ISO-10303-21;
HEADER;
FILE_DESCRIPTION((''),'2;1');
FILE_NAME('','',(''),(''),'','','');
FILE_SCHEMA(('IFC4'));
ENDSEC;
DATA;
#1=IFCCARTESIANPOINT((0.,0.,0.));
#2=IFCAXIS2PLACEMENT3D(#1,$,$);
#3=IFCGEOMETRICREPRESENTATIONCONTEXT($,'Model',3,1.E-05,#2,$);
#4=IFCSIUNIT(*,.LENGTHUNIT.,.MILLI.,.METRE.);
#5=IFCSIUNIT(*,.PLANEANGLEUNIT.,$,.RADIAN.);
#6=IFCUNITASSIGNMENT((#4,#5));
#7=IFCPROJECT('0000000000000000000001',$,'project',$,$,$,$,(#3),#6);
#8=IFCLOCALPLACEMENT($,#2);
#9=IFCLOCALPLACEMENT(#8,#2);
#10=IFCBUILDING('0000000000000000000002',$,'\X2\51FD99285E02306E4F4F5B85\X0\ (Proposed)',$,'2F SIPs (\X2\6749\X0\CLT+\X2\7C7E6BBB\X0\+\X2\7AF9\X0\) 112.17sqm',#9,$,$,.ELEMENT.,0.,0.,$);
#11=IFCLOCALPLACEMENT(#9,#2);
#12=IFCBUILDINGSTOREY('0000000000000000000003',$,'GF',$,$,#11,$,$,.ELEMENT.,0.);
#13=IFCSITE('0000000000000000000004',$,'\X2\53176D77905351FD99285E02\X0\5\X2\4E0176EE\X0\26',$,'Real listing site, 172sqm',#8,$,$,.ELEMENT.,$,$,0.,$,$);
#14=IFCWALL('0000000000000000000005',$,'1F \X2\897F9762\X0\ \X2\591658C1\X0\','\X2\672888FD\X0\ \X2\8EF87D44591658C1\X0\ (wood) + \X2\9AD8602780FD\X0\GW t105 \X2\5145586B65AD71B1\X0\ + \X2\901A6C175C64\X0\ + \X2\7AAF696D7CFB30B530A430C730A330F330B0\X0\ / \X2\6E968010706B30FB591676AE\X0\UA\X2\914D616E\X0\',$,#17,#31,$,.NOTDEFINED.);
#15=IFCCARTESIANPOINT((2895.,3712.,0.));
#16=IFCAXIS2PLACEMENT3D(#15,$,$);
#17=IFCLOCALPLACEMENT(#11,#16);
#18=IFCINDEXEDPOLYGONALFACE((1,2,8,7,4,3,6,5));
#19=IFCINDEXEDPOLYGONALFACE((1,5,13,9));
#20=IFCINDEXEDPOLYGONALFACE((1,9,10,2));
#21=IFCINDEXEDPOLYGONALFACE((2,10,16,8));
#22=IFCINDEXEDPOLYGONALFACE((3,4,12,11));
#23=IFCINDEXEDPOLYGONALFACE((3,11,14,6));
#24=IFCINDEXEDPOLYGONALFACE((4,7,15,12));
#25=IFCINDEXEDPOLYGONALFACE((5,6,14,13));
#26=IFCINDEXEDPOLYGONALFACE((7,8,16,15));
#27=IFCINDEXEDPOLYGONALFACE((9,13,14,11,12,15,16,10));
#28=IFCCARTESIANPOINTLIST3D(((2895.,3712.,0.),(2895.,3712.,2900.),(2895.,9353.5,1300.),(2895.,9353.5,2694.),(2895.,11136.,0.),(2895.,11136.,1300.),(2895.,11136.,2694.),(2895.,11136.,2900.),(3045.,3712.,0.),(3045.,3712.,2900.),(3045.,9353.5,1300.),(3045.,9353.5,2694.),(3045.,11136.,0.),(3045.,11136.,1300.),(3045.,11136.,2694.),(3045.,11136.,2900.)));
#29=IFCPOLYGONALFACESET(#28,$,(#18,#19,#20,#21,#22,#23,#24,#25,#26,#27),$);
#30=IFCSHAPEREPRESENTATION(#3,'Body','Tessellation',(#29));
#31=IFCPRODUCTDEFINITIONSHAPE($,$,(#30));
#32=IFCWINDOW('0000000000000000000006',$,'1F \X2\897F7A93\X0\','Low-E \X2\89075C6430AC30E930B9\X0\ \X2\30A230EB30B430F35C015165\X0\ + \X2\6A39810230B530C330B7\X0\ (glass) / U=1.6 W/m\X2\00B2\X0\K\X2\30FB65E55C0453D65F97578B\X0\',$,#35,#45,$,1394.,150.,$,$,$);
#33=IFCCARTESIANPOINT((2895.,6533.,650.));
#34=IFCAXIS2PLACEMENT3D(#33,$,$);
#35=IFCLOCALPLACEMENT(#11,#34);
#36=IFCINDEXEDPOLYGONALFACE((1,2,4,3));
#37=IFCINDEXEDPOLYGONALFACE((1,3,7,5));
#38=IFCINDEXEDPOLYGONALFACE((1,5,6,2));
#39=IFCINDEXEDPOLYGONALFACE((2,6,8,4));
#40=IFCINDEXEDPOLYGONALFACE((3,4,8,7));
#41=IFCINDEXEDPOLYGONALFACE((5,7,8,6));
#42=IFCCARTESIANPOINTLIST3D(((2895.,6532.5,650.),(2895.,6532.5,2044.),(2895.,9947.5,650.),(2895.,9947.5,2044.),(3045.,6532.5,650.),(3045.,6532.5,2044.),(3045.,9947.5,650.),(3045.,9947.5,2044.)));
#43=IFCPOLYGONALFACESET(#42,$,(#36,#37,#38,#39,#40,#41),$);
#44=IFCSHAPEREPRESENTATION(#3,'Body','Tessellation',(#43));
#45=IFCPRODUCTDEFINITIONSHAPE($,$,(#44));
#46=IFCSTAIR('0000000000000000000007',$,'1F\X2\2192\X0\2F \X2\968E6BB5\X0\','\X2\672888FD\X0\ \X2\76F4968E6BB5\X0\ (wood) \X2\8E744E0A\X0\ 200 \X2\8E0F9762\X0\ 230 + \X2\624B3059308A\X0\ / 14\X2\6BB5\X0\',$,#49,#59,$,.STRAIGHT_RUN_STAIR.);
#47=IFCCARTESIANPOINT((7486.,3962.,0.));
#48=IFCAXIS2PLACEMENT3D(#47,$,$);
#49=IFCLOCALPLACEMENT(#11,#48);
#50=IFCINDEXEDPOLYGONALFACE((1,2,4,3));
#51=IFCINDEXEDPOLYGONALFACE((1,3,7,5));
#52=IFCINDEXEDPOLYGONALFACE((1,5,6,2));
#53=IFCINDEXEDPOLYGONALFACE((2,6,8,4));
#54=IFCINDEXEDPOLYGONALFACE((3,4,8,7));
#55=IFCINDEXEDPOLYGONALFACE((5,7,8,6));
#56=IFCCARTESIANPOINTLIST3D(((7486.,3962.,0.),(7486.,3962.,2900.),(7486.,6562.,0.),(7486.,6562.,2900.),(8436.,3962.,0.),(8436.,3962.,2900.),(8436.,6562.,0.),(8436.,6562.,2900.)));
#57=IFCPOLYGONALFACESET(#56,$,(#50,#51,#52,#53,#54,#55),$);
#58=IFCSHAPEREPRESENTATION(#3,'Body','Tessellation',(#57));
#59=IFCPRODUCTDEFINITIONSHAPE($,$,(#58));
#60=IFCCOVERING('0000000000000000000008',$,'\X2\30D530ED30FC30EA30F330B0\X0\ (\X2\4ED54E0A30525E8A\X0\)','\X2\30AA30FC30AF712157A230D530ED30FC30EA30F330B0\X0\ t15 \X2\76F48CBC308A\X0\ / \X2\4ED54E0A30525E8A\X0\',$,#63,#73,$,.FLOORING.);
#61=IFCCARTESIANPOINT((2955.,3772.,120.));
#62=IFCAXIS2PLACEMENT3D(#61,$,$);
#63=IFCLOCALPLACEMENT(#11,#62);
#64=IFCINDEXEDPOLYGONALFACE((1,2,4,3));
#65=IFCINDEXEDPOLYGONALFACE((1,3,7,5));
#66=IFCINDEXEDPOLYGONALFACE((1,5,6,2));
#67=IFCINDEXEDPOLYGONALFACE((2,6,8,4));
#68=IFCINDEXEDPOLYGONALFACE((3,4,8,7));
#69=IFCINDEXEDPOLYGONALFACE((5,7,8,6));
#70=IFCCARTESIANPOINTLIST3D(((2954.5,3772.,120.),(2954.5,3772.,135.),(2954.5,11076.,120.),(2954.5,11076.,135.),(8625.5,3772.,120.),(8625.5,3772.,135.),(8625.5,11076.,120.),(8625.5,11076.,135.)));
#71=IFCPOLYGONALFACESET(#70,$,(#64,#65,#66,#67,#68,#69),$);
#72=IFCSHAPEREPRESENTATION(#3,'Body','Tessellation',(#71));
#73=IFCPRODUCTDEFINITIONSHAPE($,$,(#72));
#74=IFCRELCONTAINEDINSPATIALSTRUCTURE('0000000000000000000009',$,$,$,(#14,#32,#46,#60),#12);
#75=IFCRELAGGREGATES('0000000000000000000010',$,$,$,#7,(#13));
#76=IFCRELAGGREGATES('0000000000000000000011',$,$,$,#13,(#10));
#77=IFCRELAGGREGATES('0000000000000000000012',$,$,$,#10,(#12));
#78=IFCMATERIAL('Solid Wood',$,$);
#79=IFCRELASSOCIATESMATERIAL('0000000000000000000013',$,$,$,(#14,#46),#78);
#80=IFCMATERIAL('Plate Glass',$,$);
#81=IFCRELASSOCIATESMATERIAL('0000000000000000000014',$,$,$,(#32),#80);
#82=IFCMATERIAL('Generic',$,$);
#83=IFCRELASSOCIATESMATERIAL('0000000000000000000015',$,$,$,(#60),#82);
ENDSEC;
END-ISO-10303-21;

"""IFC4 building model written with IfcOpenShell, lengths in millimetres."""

from ifc_helpers import new_model, si_unit, frame, frame_2d, origin, place, context, project, spatial, rectangle, extrude, material, element, fill, save


model = new_model("IFC4")

# Units and contexts
model_context = context("Model", 3, precision=1e-05, world=origin())
ifc_project = project(units=[si_unit("LENGTHUNIT", "METRE", prefix="MILLI"), si_unit("PLANEANGLEUNIT", "RADIAN")], contexts=[model_context])

# Site, building, storey
site_placement = place(None, origin())
site = spatial("IfcSite", under=ifc_project, at=site_placement, Name="北海道函館市5丁目26", ObjectType="Real listing site, 172sqm", CompositionType="ELEMENT", RefElevation=0.0)
building_placement = place(site_placement, origin())
building = spatial("IfcBuilding", under=site, at=building_placement, Name="函館市の住宅 (Proposed)", ObjectType="2F SIPs (杉CLT+籾殻+竹) 112.17sqm", CompositionType="ELEMENT", ElevationOfRefHeight=0.0, ElevationOfTerrain=0.0)
storey_placement = place(building_placement, origin())
storey = spatial("IfcBuildingStorey", under=building, at=storey_placement, Name="GF", CompositionType="ELEMENT", Elevation=0.0)

# Shared definitions
ifc_material_1 = material(Name="Solid Wood")
ifc_material_2 = material(Name="Generic")

# Shared definitions
ifc_material_3 = material(Name="Plate Glass")

# Wall, opening, window
wall_1_placement = place(storey_placement, frame((2895.0, 3712.0, 0.0)))
wall_1 = element("IfcWall", 1, at=wall_1_placement, inside=storey, material=ifc_material_1, Name="1F 西面 外壁", Description="木製 軸組外壁 (wood) + 高性能GW t105 充填断熱 + 通気層 + 窯業系サイディング / 準耐火・外皮UA配慮", PredefinedType="NOTDEFINED", context=model_context, shape_type="SweptSolid", body=[
    extrude(rectangle(XDim=150.0, YDim=7424.0, at=frame_2d((75.0, 3712.0))), frame((2895.0, 3712.0, 0.0)), (0.0, 0.0, 1.0), 2900.0),
])
opening_1_placement = place(storey_placement, frame((2895.0, 6533.0, 650.0)))
opening_1 = element("IfcOpeningElement", 2, at=opening_1_placement, cuts=wall_1, PredefinedType="NOTDEFINED", context=model_context, shape_type="SweptSolid", body=[
    extrude(rectangle(XDim=150.0, YDim=3415.0, at=frame_2d((75.0, 1707.0))), frame((2895.0, 6533.0, 650.0)), (0.0, 0.0, 1.0), 1394.0),
])
window_1_placement = place(storey_placement, frame((2895.0, 6533.0, 650.0)))
window_1 = element("IfcWindow", 3, at=window_1_placement, inside=storey, material=ifc_material_3, Name="1F 西窓", Description="Low-E 複層ガラス アルゴン封入 + 樹脂サッシ (glass) / U=1.6 W/m²K・日射取得型", OverallHeight=1394.0, OverallWidth=150.0, context=model_context, shape_type="SweptSolid", body=[
    extrude(rectangle(XDim=150.0, YDim=3415.0, at=frame_2d((75.0, 1707.0))), frame((2895.0, 6533.0, 650.0)), (0.0, 0.0, 1.0), 1394.0),
])
fill(opening_1, window_1)

# Stair
stair_placement = place(storey_placement, frame((7486.0, 3962.0, 0.0)))
element("IfcStair", 4, at=stair_placement, inside=storey, material=ifc_material_1, Name="1F→2F 階段", Description="木製 直階段 (wood) 蹴上 200 踏面 230 + 手すり / 14段", PredefinedType="STRAIGHT_RUN_STAIR", context=model_context, shape_type="SweptSolid", body=[
    extrude(rectangle(XDim=950.0, YDim=2600.0, at=frame_2d((475.0, 1300.0))), frame((7486.0, 3962.0, 0.0)), (0.0, 0.0, 1.0), 2900.0),
])

# Covering
covering_placement = place(storey_placement, frame((2955.0, 3772.0, 120.0)))
element("IfcCovering", 5, at=covering_placement, inside=storey, material=ifc_material_2, Name="フローリング (仕上げ床)", Description="オーク無垢フローリング t15 直貼り / 仕上げ床", PredefinedType="FLOORING", context=model_context, shape_type="SweptSolid", body=[
    extrude(rectangle(XDim=5671.0, YDim=7304.0, at=frame_2d((2835.0, 3652.0))), frame((2955.0, 3772.0, 120.0)), (0.0, 0.0, 1.0), 15.0),
])

save(model, "model.ifc")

Work request: Repeat the entries above verbatim, but only from the line that has "#15=IFCCARTESIANPOINT((2895.,3712.,0.));" down to the line that has "#27=IFCINDEXEDPOLYGONALFACE((9,13,14,11,12,15,16,10));", inclusive.

Response to the task:
#15=IFCCARTESIANPOINT((2895.,3712.,0.));
#16=IFCAXIS2PLACEMENT3D(#15,$,$);
#17=IFCLOCALPLACEMENT(#11,#16);
#18=IFCINDEXEDPOLYGONALFACE((1,2,8,7,4,3,6,5));
#19=IFCINDEXEDPOLYGONALFACE((1,5,13,9));
#20=IFCINDEXEDPOLYGONALFACE((1,9,10,2));
#21=IFCINDEXEDPOLYGONALFACE((2,10,16,8));
#22=IFCINDEXEDPOLYGONALFACE((3,4,12,11));
#23=IFCINDEXEDPOLYGONALFACE((3,11,14,6));
#24=IFCINDEXEDPOLYGONALFACE((4,7,15,12));
#25=IFCINDEXEDPOLYGONALFACE((5,6,14,13));
#26=IFCINDEXEDPOLYGONALFACE((7,8,16,15));
#27=IFCINDEXEDPOLYGONALFACE((9,13,14,11,12,15,16,10));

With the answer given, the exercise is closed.